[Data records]
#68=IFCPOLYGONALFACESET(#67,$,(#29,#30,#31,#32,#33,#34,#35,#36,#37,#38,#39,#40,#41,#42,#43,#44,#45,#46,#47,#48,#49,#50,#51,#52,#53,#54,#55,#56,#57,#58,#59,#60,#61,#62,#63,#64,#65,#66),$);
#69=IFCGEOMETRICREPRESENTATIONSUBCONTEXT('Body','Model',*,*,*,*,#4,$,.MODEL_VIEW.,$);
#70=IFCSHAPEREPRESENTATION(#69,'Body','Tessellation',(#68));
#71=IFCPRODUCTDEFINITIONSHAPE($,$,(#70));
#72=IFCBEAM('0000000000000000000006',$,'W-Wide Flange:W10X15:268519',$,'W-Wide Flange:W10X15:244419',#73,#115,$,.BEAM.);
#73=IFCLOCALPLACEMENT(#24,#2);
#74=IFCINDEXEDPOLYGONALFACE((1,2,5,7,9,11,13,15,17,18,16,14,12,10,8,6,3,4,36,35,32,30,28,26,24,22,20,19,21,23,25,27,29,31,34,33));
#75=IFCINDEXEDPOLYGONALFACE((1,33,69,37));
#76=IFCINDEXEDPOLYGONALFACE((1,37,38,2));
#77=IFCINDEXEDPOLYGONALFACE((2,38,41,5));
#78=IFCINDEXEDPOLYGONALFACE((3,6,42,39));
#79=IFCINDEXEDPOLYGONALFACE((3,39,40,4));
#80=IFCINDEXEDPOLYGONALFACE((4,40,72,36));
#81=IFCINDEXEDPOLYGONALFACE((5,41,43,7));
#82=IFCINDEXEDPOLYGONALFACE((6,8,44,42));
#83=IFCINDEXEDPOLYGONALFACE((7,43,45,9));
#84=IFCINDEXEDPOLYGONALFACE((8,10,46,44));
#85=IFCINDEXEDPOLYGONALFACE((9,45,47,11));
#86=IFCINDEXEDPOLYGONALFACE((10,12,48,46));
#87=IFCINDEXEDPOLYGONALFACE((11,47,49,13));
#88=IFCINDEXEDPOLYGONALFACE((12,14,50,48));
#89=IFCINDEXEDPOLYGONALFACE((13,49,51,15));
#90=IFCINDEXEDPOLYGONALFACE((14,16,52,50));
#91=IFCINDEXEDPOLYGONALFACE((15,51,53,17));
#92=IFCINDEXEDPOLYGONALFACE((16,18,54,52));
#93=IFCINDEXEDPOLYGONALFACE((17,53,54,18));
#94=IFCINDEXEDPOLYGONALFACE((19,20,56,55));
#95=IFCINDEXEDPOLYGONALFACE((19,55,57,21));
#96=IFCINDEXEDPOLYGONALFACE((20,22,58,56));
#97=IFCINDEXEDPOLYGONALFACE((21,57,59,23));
--
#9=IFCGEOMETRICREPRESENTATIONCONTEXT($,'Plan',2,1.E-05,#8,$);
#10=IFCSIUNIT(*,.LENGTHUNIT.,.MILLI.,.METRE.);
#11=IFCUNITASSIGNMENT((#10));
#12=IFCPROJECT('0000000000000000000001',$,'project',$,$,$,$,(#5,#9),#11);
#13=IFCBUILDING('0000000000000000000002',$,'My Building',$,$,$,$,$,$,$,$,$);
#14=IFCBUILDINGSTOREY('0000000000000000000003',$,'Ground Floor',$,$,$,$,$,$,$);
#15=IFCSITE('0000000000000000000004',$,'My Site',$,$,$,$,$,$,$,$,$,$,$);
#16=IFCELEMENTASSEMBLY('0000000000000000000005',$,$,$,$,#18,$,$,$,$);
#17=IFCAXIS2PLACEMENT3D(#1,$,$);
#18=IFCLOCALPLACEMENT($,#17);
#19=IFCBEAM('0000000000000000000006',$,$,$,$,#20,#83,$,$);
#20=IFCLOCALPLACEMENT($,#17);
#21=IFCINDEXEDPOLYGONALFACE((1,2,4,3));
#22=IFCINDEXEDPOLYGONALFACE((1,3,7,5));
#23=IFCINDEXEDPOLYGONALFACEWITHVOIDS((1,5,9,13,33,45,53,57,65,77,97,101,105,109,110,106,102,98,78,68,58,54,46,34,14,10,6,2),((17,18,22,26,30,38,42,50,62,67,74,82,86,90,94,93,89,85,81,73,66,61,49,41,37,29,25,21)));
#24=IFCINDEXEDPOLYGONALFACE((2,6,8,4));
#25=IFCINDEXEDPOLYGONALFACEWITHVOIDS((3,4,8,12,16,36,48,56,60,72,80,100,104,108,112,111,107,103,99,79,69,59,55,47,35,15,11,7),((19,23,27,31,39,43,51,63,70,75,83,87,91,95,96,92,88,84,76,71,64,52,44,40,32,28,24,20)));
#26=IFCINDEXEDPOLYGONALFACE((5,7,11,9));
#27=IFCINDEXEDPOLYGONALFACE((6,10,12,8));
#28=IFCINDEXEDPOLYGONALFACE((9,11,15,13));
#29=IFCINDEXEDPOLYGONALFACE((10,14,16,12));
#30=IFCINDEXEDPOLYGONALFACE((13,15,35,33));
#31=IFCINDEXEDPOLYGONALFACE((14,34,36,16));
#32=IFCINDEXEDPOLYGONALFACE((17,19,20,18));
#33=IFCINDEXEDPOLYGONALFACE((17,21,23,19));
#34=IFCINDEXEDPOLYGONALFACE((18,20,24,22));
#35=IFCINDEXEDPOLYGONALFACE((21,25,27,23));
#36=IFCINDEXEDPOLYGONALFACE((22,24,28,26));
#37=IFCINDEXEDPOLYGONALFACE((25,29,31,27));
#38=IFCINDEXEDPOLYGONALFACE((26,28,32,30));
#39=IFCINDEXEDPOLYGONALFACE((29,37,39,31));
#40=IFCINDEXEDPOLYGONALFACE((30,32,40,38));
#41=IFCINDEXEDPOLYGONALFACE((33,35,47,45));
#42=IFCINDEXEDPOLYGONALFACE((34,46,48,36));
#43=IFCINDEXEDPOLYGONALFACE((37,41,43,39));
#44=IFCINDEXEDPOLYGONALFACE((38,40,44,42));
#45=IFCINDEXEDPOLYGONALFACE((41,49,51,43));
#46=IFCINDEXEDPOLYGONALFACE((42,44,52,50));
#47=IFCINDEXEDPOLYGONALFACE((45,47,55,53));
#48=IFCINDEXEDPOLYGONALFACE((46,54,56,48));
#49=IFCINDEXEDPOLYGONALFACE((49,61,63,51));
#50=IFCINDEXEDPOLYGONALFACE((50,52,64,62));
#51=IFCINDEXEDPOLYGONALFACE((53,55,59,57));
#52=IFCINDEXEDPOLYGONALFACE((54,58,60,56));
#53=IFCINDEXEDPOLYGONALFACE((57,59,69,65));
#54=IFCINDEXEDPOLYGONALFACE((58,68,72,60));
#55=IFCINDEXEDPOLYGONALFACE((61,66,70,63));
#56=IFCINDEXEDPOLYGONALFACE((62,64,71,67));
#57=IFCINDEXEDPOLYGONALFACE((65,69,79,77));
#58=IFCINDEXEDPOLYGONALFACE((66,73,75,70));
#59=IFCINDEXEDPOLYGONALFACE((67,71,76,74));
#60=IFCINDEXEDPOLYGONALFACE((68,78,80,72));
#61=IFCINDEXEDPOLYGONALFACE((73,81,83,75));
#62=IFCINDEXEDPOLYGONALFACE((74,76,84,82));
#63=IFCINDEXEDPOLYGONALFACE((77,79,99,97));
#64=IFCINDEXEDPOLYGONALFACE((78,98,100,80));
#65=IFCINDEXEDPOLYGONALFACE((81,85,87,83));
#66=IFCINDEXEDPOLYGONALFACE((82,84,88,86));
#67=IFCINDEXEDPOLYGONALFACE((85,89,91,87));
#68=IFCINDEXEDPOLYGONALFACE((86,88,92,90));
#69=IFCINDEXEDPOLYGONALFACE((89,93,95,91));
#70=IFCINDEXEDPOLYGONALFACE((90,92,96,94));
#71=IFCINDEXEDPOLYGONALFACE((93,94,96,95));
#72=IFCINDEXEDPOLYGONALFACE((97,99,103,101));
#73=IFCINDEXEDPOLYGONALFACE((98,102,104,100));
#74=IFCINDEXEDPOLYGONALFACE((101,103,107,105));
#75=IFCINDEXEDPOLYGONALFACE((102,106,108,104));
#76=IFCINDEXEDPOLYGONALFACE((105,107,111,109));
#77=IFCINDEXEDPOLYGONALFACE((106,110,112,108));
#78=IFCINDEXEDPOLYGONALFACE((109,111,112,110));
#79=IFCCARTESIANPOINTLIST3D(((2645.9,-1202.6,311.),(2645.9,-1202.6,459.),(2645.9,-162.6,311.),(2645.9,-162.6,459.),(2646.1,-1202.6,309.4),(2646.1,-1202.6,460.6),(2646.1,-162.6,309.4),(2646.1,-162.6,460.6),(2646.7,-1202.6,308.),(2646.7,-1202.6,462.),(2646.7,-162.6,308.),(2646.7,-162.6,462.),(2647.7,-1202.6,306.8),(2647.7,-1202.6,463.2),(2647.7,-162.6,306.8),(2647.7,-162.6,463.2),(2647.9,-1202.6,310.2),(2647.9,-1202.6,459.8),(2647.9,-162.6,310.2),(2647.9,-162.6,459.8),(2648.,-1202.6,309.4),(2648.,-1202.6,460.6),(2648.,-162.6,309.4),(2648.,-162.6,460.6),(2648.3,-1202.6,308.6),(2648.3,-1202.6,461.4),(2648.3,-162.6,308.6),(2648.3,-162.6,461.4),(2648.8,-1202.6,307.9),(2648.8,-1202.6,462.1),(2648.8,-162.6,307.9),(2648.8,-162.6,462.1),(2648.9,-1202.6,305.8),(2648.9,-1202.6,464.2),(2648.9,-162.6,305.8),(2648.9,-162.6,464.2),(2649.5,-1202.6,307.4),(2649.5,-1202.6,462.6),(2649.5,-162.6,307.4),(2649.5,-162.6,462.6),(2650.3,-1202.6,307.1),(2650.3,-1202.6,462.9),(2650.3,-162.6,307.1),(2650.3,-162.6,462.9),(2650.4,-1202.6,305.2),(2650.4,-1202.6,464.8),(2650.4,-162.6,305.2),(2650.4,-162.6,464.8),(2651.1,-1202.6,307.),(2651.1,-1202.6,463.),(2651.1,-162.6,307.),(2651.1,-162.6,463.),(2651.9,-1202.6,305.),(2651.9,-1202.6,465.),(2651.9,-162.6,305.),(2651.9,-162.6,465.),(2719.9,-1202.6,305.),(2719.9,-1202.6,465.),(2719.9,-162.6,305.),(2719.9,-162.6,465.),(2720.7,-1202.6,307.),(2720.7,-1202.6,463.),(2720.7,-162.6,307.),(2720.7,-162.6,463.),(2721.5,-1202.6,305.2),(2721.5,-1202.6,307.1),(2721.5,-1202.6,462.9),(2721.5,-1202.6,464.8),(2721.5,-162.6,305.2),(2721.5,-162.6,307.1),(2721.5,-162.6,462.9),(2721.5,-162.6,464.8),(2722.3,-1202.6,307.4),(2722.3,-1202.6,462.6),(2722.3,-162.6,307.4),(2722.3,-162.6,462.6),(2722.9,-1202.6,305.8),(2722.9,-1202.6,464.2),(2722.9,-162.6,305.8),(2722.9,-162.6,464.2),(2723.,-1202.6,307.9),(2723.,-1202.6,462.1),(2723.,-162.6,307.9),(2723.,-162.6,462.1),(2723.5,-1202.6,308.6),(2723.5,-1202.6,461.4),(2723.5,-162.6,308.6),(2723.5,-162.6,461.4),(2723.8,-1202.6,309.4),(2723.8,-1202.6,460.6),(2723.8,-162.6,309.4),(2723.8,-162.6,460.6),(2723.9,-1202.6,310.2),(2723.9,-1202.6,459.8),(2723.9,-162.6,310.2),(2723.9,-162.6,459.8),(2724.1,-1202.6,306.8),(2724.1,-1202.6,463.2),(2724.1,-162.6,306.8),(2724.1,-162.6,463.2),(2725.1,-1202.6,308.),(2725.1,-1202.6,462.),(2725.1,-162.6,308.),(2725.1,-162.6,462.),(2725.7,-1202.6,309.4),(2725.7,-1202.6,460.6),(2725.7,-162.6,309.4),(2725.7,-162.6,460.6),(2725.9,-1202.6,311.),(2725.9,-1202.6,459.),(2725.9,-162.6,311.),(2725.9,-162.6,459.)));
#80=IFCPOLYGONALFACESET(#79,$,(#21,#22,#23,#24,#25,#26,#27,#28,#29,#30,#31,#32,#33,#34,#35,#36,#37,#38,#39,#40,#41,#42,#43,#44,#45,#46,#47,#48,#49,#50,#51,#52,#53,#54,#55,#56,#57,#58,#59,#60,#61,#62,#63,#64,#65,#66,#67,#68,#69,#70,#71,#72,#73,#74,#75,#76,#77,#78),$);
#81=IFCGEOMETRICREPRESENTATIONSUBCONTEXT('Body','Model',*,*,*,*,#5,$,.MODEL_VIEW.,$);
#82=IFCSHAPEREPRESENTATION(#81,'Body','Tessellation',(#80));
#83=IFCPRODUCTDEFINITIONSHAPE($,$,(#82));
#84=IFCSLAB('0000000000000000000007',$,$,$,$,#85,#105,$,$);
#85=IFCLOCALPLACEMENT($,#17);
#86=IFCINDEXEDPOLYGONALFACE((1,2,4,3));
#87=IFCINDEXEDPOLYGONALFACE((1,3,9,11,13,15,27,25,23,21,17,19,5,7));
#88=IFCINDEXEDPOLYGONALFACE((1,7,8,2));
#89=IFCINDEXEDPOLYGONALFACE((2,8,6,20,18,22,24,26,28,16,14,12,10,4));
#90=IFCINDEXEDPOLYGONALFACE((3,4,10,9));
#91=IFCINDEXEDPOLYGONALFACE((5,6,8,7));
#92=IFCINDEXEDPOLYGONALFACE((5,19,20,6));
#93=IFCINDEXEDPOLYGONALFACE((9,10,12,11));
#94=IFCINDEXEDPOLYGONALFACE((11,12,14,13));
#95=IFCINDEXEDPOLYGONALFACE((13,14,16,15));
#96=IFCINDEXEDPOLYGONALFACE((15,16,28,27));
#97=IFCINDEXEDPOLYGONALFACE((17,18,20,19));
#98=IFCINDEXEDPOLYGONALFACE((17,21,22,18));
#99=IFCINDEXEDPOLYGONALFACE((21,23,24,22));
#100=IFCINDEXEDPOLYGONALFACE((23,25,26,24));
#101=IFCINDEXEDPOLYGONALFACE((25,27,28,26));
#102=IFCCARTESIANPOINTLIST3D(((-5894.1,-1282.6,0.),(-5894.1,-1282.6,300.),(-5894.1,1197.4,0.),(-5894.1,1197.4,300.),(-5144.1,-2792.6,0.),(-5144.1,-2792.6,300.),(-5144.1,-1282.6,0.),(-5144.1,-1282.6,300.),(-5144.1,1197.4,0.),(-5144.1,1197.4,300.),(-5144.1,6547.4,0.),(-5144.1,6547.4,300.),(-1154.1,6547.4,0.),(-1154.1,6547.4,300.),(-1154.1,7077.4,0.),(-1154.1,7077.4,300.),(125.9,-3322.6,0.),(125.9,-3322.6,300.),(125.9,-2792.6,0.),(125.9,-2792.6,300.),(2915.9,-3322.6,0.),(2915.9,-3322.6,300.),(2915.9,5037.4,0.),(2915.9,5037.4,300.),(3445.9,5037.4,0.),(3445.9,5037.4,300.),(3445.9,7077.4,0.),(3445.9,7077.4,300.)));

[Task to complete] Search the records above for the string "IFCBEAM" and copy each line that holds it.

[Your response]
#72=IFCBEAM('0000000000000000000006',$,'W-Wide Flange:W10X15:268519',$,'W-Wide Flange:W10X15:244419',#73,#115,$,.BEAM.);
#19=IFCBEAM('0000000000000000000006',$,$,$,$,#20,#83,$,$);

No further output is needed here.